WHAT THIS TASK INVOLVES:
Across all the entries below, count each line that holds "IFCGEOMETRICREPRESENTATIONSUBCONTEXT" and report the figure only.

Stored data entries:
Content starts
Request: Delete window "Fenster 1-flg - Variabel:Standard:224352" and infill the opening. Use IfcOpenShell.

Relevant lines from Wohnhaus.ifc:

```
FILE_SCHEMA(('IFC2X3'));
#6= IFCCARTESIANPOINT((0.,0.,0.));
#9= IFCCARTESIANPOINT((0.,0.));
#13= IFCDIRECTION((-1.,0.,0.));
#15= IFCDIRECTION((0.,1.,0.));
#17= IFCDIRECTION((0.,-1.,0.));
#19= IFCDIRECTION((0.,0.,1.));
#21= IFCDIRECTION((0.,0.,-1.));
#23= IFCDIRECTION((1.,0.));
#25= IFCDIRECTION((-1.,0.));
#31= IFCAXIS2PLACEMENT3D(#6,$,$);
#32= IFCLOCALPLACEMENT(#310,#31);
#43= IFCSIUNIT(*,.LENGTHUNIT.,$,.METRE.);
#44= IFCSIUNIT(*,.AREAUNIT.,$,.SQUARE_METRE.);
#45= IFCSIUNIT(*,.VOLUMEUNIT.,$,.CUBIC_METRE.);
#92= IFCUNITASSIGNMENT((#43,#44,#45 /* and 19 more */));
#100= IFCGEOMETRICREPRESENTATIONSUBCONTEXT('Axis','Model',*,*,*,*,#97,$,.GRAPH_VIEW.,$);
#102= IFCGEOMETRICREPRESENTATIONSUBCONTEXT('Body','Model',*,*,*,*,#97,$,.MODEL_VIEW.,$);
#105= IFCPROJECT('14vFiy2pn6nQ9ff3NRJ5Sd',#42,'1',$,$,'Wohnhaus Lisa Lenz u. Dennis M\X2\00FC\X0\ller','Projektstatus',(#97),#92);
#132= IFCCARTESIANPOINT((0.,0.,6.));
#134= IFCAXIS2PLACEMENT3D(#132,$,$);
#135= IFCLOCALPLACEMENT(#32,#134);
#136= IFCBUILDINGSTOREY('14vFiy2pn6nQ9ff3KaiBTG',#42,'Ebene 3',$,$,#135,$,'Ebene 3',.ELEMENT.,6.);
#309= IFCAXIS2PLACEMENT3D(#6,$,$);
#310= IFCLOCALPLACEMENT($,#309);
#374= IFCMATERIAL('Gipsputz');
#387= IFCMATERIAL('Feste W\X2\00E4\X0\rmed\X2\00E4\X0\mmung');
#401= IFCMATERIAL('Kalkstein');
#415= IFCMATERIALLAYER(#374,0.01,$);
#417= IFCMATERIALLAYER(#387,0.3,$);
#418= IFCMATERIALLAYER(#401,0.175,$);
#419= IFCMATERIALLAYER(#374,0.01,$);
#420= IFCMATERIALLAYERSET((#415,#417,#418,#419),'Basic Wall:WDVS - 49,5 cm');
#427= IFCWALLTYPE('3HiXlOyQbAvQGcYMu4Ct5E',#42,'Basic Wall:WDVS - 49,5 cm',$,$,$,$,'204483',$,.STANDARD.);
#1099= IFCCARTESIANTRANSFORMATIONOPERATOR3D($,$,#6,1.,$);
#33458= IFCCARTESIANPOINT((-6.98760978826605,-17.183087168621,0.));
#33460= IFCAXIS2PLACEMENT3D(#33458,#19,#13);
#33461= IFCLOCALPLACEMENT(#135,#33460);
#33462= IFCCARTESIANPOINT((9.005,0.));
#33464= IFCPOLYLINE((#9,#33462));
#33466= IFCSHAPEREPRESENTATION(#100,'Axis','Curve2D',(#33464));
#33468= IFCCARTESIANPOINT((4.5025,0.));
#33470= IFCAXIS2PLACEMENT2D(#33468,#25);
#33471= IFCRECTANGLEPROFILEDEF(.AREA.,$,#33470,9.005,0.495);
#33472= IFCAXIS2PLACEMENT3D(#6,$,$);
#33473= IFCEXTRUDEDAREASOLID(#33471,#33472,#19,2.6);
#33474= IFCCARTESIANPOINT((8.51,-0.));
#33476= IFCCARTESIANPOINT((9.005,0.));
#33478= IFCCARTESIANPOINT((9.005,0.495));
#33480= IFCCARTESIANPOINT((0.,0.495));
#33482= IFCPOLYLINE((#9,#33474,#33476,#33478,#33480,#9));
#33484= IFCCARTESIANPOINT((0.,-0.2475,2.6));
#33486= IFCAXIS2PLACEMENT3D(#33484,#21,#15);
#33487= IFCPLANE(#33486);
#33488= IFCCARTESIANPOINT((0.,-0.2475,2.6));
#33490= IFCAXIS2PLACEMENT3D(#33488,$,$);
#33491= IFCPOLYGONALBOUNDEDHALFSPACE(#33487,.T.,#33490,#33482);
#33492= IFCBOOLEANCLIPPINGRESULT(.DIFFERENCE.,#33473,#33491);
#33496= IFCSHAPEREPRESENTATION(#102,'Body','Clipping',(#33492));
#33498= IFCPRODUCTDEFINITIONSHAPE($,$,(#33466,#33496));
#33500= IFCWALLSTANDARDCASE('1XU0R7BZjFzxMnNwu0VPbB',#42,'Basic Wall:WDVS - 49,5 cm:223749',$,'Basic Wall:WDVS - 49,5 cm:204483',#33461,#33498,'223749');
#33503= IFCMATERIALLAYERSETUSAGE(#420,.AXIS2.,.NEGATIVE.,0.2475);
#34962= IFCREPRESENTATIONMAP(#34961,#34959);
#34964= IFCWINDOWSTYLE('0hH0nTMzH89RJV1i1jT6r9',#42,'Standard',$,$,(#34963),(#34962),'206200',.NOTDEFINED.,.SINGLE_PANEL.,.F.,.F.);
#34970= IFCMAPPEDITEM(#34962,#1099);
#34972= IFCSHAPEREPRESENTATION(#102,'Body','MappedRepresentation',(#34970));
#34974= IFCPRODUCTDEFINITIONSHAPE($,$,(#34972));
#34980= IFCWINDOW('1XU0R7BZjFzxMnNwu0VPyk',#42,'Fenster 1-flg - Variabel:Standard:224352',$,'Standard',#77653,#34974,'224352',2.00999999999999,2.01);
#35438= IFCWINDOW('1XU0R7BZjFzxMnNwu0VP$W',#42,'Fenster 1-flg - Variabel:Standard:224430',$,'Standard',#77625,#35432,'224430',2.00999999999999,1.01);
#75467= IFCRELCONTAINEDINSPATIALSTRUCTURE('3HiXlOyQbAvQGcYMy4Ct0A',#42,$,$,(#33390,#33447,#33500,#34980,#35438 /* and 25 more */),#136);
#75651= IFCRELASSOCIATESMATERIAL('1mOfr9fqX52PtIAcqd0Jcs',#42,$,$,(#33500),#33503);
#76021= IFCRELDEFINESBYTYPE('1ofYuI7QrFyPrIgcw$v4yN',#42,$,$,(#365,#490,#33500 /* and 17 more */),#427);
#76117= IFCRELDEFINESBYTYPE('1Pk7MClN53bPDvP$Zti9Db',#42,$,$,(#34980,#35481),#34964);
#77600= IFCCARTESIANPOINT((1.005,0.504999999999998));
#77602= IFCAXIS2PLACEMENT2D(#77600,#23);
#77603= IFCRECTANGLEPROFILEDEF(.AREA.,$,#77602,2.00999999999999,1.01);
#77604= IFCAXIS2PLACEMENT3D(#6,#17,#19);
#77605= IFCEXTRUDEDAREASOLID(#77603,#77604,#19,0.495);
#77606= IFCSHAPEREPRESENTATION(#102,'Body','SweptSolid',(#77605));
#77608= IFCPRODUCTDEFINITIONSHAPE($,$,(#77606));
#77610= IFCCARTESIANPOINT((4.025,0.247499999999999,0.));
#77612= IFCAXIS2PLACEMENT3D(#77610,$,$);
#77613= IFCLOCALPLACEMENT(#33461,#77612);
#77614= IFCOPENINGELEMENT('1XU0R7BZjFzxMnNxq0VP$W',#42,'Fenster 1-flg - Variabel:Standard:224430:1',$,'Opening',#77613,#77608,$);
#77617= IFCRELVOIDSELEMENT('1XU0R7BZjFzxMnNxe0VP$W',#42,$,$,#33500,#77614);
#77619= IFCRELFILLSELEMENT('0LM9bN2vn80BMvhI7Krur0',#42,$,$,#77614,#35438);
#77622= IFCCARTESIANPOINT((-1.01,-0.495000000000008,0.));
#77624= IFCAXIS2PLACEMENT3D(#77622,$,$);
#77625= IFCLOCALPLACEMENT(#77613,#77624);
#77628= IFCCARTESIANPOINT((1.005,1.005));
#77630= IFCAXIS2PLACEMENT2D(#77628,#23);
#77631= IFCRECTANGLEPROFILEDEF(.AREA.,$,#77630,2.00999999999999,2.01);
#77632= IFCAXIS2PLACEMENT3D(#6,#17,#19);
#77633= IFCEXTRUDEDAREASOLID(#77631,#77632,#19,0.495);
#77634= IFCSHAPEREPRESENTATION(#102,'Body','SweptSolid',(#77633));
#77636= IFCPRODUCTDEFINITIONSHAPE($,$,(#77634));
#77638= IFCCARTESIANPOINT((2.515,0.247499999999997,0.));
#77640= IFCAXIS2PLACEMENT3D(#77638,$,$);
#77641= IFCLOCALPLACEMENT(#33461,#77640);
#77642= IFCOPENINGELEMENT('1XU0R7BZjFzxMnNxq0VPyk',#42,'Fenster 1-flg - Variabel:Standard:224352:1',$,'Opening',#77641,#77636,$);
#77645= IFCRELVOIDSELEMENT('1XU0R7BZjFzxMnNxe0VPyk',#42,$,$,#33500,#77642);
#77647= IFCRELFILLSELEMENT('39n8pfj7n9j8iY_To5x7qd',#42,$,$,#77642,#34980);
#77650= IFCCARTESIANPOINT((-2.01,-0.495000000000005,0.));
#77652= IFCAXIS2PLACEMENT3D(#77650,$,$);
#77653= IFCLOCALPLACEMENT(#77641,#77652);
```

```python
import ifcopenshell
import ifcopenshell.api.feature
import ifcopenshell.api.root
import ifcopenshell.geom
import ifcopenshell.util.shape

model = ifcopenshell.open("Wohnhaus.ifc")
settings = ifcopenshell.geom.settings()


def volume(element):
    """Net volume in cubic metres, openings subtracted."""
    shape = ifcopenshell.geom.create_shape(settings, element)
    return ifcopenshell.util.shape.get_volume(shape.geometry)


window = model.by_guid("1XU0R7BZjFzxMnNwu0VPyk")
opening = window.FillsVoids[0].RelatingOpeningElement
wall = opening.VoidsElements[0].RelatingBuildingElement
before = volume(wall)

ifcopenshell.api.root.remove_product(model, product=window)
ifcopenshell.api.feature.remove_feature(model, feature=opening)

after = volume(wall)

print(f"wall volume {before:.3f} -> {after:.3f} m3")

model.write("Wohnhaus-out.ifc")
```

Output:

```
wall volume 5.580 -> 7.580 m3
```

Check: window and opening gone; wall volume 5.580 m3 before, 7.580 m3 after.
Content ends
YOUR SOLUTION:
2